Application améliorée du droit, une fameuse source d'économies

Bruxelles, 07/03/2012 (Agence Europe) - Respecter la législation environnementale de l'UE n'est pas un luxe mais un devoir des États membres et, en période de crise, l'ignorer est un luxe si l'on sait qu'à scénario inchangé, le non-respect du droit européen de l'environnement coûtera à l'UE quelque 50 milliards d'euros par an en soins de santé et en coûts directs pour l'environnement dans les trente prochaines années. Ce constat est à la base de la communication sur l'amélioration de la mise en œuvre de la législation environnementale adoptée mercredi 7 mars par la Commission européenne dans l'espoir d'aider les États membres à se montrer plus performants.
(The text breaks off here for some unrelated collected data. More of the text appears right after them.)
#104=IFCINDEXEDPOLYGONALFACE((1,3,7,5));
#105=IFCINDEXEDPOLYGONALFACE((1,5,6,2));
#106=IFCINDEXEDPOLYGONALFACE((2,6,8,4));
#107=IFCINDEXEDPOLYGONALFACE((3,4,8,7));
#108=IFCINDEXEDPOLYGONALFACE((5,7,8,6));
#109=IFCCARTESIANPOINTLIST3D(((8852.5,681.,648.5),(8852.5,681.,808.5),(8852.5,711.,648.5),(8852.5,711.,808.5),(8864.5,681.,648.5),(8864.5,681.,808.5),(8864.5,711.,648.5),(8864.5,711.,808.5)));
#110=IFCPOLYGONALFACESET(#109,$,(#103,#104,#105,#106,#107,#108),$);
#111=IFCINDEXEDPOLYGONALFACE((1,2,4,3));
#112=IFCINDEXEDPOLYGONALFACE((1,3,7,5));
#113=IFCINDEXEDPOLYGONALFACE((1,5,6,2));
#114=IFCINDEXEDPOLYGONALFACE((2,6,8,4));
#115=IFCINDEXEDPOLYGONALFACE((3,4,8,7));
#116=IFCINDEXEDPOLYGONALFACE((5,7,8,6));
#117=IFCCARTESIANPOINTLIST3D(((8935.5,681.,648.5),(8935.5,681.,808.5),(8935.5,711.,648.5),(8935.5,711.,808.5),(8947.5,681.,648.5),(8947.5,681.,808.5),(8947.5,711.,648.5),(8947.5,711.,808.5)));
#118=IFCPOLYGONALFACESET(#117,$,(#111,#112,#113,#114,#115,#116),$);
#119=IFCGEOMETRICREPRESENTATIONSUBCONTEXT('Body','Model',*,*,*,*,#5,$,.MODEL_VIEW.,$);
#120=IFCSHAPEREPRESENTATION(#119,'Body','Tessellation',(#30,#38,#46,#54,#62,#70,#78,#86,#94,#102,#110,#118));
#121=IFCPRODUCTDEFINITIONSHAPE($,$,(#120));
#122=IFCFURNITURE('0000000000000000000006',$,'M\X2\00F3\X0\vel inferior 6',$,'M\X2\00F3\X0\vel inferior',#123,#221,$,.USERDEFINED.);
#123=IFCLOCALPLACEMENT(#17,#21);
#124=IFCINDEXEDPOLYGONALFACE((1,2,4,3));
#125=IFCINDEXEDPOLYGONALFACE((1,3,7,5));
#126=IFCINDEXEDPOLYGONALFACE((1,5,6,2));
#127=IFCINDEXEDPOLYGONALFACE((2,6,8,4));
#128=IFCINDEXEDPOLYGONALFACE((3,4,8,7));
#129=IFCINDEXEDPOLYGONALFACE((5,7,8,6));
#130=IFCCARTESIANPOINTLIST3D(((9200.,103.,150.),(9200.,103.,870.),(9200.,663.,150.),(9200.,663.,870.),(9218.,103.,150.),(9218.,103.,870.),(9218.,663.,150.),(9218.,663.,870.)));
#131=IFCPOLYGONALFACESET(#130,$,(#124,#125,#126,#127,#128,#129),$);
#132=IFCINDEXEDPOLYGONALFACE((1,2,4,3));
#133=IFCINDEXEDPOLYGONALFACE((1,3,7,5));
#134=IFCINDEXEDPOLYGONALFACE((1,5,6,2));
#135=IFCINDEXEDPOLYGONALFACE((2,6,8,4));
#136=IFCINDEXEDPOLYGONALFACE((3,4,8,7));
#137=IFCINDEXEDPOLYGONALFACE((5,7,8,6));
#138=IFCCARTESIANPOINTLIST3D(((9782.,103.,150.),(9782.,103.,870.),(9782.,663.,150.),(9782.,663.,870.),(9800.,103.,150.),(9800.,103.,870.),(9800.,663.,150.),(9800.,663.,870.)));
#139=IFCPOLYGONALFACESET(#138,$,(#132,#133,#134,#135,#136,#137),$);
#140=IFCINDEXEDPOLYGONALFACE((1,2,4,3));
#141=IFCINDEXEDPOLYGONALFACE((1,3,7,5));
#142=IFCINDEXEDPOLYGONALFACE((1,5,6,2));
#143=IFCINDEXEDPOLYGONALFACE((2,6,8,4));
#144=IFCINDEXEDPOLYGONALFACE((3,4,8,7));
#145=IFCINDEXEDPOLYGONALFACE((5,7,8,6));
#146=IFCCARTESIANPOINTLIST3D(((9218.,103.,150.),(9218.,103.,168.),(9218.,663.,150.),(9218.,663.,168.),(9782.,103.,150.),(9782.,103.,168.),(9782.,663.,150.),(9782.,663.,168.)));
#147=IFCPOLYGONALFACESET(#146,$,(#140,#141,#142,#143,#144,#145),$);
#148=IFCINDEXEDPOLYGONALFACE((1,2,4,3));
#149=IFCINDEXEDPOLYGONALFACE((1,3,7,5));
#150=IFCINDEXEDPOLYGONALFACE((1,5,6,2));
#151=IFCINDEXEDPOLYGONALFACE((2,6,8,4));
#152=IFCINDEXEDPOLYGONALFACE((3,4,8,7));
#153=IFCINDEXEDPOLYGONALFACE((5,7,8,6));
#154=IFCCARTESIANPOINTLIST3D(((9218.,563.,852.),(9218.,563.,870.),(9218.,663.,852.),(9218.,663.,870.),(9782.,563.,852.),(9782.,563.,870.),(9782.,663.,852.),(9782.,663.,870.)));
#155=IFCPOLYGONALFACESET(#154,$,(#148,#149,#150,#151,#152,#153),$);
Par « bonne mise en œuvre », il faut entendre une bonne prévention et une réaction efficace en cas de problème environnemental.

L'objectif de cette communication est d'intensifier le dialogue avec les gouvernements et toutes les parties prenantes sur la manière de collaborer au mieux pour redresser la barre en renforçant la collecte de données et le partage des connaissances sur l'environnement et en oeuvrant à une plus grande appropriation des objectifs environnementaux par tout un chacun.
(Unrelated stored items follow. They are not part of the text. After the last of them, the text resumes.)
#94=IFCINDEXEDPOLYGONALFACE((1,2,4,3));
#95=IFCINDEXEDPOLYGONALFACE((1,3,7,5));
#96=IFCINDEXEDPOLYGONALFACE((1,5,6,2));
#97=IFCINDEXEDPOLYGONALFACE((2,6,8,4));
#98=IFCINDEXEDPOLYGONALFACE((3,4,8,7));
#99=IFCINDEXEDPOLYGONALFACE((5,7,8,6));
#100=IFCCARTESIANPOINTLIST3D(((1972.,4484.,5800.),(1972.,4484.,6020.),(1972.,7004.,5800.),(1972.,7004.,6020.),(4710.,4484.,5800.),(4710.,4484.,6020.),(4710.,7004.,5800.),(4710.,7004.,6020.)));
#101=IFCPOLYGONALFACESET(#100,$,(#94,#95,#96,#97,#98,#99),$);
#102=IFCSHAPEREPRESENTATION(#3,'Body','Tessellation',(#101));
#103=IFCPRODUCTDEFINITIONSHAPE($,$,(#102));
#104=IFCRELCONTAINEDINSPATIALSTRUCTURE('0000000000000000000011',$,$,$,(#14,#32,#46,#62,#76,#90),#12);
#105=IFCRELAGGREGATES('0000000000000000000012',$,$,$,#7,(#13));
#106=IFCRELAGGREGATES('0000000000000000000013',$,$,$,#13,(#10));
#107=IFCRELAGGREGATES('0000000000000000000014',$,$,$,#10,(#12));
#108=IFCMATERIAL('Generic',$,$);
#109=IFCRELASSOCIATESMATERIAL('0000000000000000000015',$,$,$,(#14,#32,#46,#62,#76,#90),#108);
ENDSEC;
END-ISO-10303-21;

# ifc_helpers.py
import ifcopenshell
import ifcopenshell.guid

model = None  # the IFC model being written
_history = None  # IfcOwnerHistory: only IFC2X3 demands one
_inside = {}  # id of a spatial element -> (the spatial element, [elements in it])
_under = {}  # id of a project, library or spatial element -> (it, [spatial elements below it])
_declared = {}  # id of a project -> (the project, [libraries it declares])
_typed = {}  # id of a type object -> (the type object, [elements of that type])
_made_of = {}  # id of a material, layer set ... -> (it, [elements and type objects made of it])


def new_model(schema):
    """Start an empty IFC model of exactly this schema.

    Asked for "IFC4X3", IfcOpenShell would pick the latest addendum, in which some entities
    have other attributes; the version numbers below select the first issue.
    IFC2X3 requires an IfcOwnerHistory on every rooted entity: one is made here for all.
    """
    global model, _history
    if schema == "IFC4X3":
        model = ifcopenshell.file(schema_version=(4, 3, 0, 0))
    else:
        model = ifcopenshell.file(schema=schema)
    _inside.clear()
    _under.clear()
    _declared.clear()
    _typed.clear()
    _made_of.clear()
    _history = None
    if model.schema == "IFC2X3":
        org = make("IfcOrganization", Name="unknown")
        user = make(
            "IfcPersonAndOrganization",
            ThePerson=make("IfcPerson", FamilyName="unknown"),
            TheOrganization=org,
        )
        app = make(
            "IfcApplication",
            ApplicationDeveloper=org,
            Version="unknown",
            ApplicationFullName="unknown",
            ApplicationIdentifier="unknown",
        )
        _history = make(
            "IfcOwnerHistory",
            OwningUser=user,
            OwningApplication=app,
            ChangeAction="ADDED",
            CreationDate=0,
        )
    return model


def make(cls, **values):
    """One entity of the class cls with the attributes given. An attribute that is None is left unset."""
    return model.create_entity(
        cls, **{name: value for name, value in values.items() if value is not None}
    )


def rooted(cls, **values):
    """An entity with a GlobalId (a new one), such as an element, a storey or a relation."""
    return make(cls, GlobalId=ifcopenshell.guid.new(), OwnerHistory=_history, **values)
La Commission est en effet convaincue que tout le monde aurait à y gagner, en termes de qualité de vie et de santé publique (20% à 50% de la population européenne vivent dans des zones où la pollution de l'air dépasse actuellement les valeurs limites autorisées), mais aussi en termes d'emplois, d'innovation, de gains économiques et de prospérité à long terme. Cette communication intitulée « Improving the delivery of benefits from EU environment measures: building confidence through better knowledge and responsiveness » sera débattue par les institutions européennes, les États membres et les citoyens ainsi que touts les acteurs responsables de la mise en oeuvre et du contrôle de l'application de la législation (autorités nationales, régionales et locales). Les résultats des discussions offriront à la Commission une contribution utile à l'élaboration d'une proposition de 7ème programme d'action pour l'environnement (2013-2023) attendue cette année une fois qu'aura été menée à bien, l'étude d'impact préalable.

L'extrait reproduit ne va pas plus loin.